On Fri, Aug 26, 2016 at 10:59:28AM +0200, Artem Savkov wrote:
> On Fri, Aug 26, 2016 at 08:42:15AM +1000, Dave Chinner wrote:
> > So when I look at the fix, and see that it doesn't reproduce on my
> > systems, it's clear that it's either not yet fully understood or
> > hasn't been fully explained by the person who understands the issue.
> > These are some of the questions I've asked myself to understand why
> > we are seeing what we've been seeing:
> > 
> > 	- what condition in the unfixed code leads to the ASSERT
> > 	  being tripped?
> > 	- how does the patch prevent that from occurring?
> > 	- at what threshold does the problem trigger (i.e. n=0, n=1,
> > 	  n=2 .... ?)
> > 	- how do the environmental initial conditions affect the
> > 	  test being run?
> > 	- what do security layers automatically store in the inode
> > 	  at creation time?
> > 	- how can we modify the test to always trigger the assert?
> > 
> > I know the answer, and it would take much less time to tell everyone
> > that it does to write an email like this.  But that means I'll just
> > have to do the same thing next time, and the next time, and so on.
> > The more people we have that can think through issues like this and
> > come to the right conclusion without needing my help, the better off
> > we'll all be...
> 
> Fair enough.
> 
> The problem only shows itself with a minimum of 2 xattrs and only when
> the buffer gets depleted before the last one.

This sentence needs to be in the commit description. :P

> LTP's llistxattr02 test
> only sets one xattr, but on my testsystem "security.selinux" attribute
> is automatically added on file creation which allows this bug to be
> reproduced.
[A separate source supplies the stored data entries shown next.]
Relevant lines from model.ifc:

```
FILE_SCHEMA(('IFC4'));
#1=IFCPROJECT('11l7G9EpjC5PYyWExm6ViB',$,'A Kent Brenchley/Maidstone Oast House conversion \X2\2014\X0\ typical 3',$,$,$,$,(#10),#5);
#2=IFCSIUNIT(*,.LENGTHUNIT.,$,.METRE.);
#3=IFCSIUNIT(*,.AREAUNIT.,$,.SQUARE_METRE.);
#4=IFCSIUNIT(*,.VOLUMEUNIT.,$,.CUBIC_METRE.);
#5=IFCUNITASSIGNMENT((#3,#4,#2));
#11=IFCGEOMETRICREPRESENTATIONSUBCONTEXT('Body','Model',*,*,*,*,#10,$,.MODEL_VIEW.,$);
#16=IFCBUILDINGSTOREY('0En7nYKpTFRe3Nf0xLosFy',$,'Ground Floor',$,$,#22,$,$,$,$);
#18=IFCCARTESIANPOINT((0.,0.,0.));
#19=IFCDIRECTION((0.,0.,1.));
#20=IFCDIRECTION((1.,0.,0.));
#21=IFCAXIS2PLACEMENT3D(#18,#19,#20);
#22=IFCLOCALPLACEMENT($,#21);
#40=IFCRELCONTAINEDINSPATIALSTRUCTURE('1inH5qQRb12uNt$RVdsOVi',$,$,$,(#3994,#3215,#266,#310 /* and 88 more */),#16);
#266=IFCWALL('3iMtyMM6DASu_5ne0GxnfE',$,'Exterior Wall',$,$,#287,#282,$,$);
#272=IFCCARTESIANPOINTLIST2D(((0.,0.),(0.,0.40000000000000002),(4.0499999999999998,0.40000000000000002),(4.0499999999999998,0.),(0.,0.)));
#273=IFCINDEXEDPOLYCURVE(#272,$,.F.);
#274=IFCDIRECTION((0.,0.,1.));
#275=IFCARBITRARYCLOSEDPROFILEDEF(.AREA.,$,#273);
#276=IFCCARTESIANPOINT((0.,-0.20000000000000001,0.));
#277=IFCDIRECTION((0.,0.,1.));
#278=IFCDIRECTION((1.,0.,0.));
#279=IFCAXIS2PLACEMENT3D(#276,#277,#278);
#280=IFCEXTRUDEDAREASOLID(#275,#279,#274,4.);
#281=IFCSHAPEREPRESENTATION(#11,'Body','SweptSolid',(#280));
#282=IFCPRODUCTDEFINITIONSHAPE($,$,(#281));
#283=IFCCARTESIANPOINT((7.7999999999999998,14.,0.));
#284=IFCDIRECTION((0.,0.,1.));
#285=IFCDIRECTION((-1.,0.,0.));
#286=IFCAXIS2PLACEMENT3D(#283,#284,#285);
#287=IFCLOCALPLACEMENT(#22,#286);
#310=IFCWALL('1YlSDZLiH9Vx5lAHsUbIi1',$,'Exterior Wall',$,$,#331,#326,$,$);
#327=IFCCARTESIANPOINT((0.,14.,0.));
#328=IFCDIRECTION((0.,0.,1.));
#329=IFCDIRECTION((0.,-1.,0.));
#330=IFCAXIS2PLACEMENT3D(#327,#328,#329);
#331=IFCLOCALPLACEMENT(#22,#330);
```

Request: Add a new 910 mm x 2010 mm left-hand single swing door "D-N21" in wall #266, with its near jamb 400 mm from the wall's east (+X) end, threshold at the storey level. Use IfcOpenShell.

```python
import numpy as np
import ifcopenshell
import ifcopenshell.api.feature
import ifcopenshell.api.geometry
import ifcopenshell.api.root
import ifcopenshell.api.spatial
import ifcopenshell.geom
import ifcopenshell.util.element
import ifcopenshell.util.placement
import ifcopenshell.util.representation
import ifcopenshell.util.shape
import ifcopenshell.util.unit

model = ifcopenshell.open("model.ifc")
unit_scale = ifcopenshell.util.unit.calculate_unit_scale(model)
settings = ifcopenshell.geom.settings()


def volume(element):
    """Net volume in cubic metres, openings subtracted."""
    shape = ifcopenshell.geom.create_shape(settings, element)
    return ifcopenshell.util.shape.get_volume(shape.geometry)


wall = model.by_id(266)
storey = ifcopenshell.util.element.get_container(wall, ifc_class="IfcBuildingStorey")
context = ifcopenshell.util.representation.get_context(model, "Model", "Body", "MODEL_VIEW")
before = volume(wall)

width, height, from_end, sill = 0.91, 2.01, 0.4, 0.0  # metres

# The wall runs along its own X axis, and the end named is its -X end.
wall_shape = ifcopenshell.geom.create_shape(settings, wall)
x, y, z = ifcopenshell.util.shape.get_vertices(wall_shape.geometry).T
start = x.min() + from_end
face, thickness = float(y.min()), float(y.max() - y.min())
wall_matrix = ifcopenshell.util.placement.get_local_placement(wall.ObjectPlacement)
level = ifcopenshell.util.placement.get_local_placement(storey.ObjectPlacement)[2, 3]


def in_wall(x, y):
    """Placement at x, y metres in the wall's axes, at sill height."""
    matrix = wall_matrix.copy()
    matrix[:, 3] = wall_matrix @ np.array([x / unit_scale, y / unit_scale, 0.0, 1.0])
    matrix[2, 3] = level + sill / unit_scale
    return matrix


# Opening: a box that overshoots both wall faces by 50 mm.
opening = ifcopenshell.api.root.create_entity(model, ifc_class="IfcOpeningElement", predefined_type="OPENING")
box = ifcopenshell.api.geometry.add_wall_representation(
    model, context=context, length=width, height=height, thickness=thickness + 0.1
)
ifcopenshell.api.geometry.assign_representation(model, product=opening, representation=box)
ifcopenshell.api.geometry.edit_object_placement(model, product=opening, matrix=in_wall(start, face - 0.05), is_si=False)
ifcopenshell.api.feature.add_feature(model, feature=opening, element=wall)

door = ifcopenshell.api.root.create_entity(model, ifc_class="IfcDoor", name="D-N21", predefined_type="DOOR")
door.OverallWidth, door.OverallHeight = width / unit_scale, height / unit_scale
door.OperationType = "SINGLE_SWING_LEFT"
body = ifcopenshell.api.geometry.add_door_representation(
    model,
    context=context,
    overall_width=door.OverallWidth,
    overall_height=door.OverallHeight,
    operation_type="SINGLE_SWING_LEFT",
    lining_properties={"LiningDepth": thickness / unit_scale, "ThresholdDepth": thickness / unit_scale},
)
ifcopenshell.api.geometry.assign_representation(model, product=door, representation=body)
ifcopenshell.api.spatial.assign_container(model, products=[door], relating_structure=storey)
ifcopenshell.api.feature.add_filling(model, opening=opening, element=door)

# The lining spans the wall, so the door starts at the wall face.
ifcopenshell.api.geometry.edit_object_placement(model, product=door, matrix=in_wall(start, face), is_si=False)

after = volume(wall)

print(f"wall volume {before:.3f} -> {after:.3f} m3")

model.write("model-out.ifc")
```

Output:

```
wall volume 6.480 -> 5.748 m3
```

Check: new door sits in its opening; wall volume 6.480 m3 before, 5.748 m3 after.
So I would assume that on your systems there are no
> automatically created xattrs and thats why you can't reproduce this.
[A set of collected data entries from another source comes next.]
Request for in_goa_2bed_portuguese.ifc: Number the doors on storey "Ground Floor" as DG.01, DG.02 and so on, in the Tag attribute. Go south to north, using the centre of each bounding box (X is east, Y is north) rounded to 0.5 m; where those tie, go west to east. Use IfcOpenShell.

First a look at what the model holds.

```python
import ifcopenshell
import ifcopenshell.util.element
import ifcopenshell.util.placement

model = ifcopenshell.open("in_goa_2bed_portuguese.ifc")
print(model.schema)
storey = next(s for s in model.by_type("IfcBuildingStorey") if s.Name == "Ground Floor")
doors = [e for e in ifcopenshell.util.element.get_decomposition(storey) if e.is_a("IfcDoor")]
for e in sorted(doors, key=lambda e: e.id()):
    origin = ifcopenshell.util.placement.get_local_placement(e.ObjectPlacement)[:3, 3]
    print(e.id(), e.Tag, e.Name, origin.round(2) + 0.0, sep=" | ")
```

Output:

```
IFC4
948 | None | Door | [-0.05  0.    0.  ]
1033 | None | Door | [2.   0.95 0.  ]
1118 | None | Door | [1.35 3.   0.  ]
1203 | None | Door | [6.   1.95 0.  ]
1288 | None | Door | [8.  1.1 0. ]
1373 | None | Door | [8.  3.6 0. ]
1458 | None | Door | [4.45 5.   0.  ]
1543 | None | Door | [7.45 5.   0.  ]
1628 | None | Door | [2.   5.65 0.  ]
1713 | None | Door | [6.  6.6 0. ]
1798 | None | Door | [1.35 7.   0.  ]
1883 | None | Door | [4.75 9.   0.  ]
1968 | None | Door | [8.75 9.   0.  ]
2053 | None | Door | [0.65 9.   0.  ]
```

```python
import ifcopenshell
import ifcopenshell.geom
import ifcopenshell.util.element
import ifcopenshell.util.shape

model = ifcopenshell.open("in_goa_2bed_portuguese.ifc")
settings = ifcopenshell.geom.settings()
settings.set("use-world-coords", True)


def centre(element):
    shape = ifcopenshell.geom.create_shape(settings, element)
    return ifcopenshell.util.shape.get_bbox_centroid(shape.geometry)


storey = next(s for s in model.by_type("IfcBuildingStorey") if s.Name == "Ground Floor")
doors = [e for e in ifcopenshell.util.element.get_decomposition(storey) if e.is_a("IfcDoor")]

# Insertion points can sit at a corner or the storey origin, so sort by the geometry (in metres).
centres = {e: centre(e) for e in doors}
doors.sort(key=lambda e: (round(centres[e][1] / 0.5), centres[e][0]))

for i, e in enumerate(doors, start=1):
    number = f"DG.{i:02d}"
    e.Tag = number
    print(e.id(), number)

model.write("in_goa_2bed_portuguese-out.ifc")
```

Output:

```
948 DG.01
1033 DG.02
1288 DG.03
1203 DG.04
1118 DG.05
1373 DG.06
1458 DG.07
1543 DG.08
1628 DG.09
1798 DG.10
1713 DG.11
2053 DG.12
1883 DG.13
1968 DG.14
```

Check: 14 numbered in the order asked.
On /some/ of my systems. I have a mix of selinux enabled/disabled
test machines, precisely because of the way always having an
attribute fork in the inode can perturb test results. I happened to
try to reproduce this on a machine that doesn't have selinux
enabled....

> Furthermore if buffersize is such that it is enough to hold the last
> xattr's name, but not enough to hold the sum of preceeding xattrs
> listxattr won't fail with ERANGE, but will suceed returning that xattr's
> name without the first character. The first character end's up
> overwriting whatever is stored at (context->alist - 1).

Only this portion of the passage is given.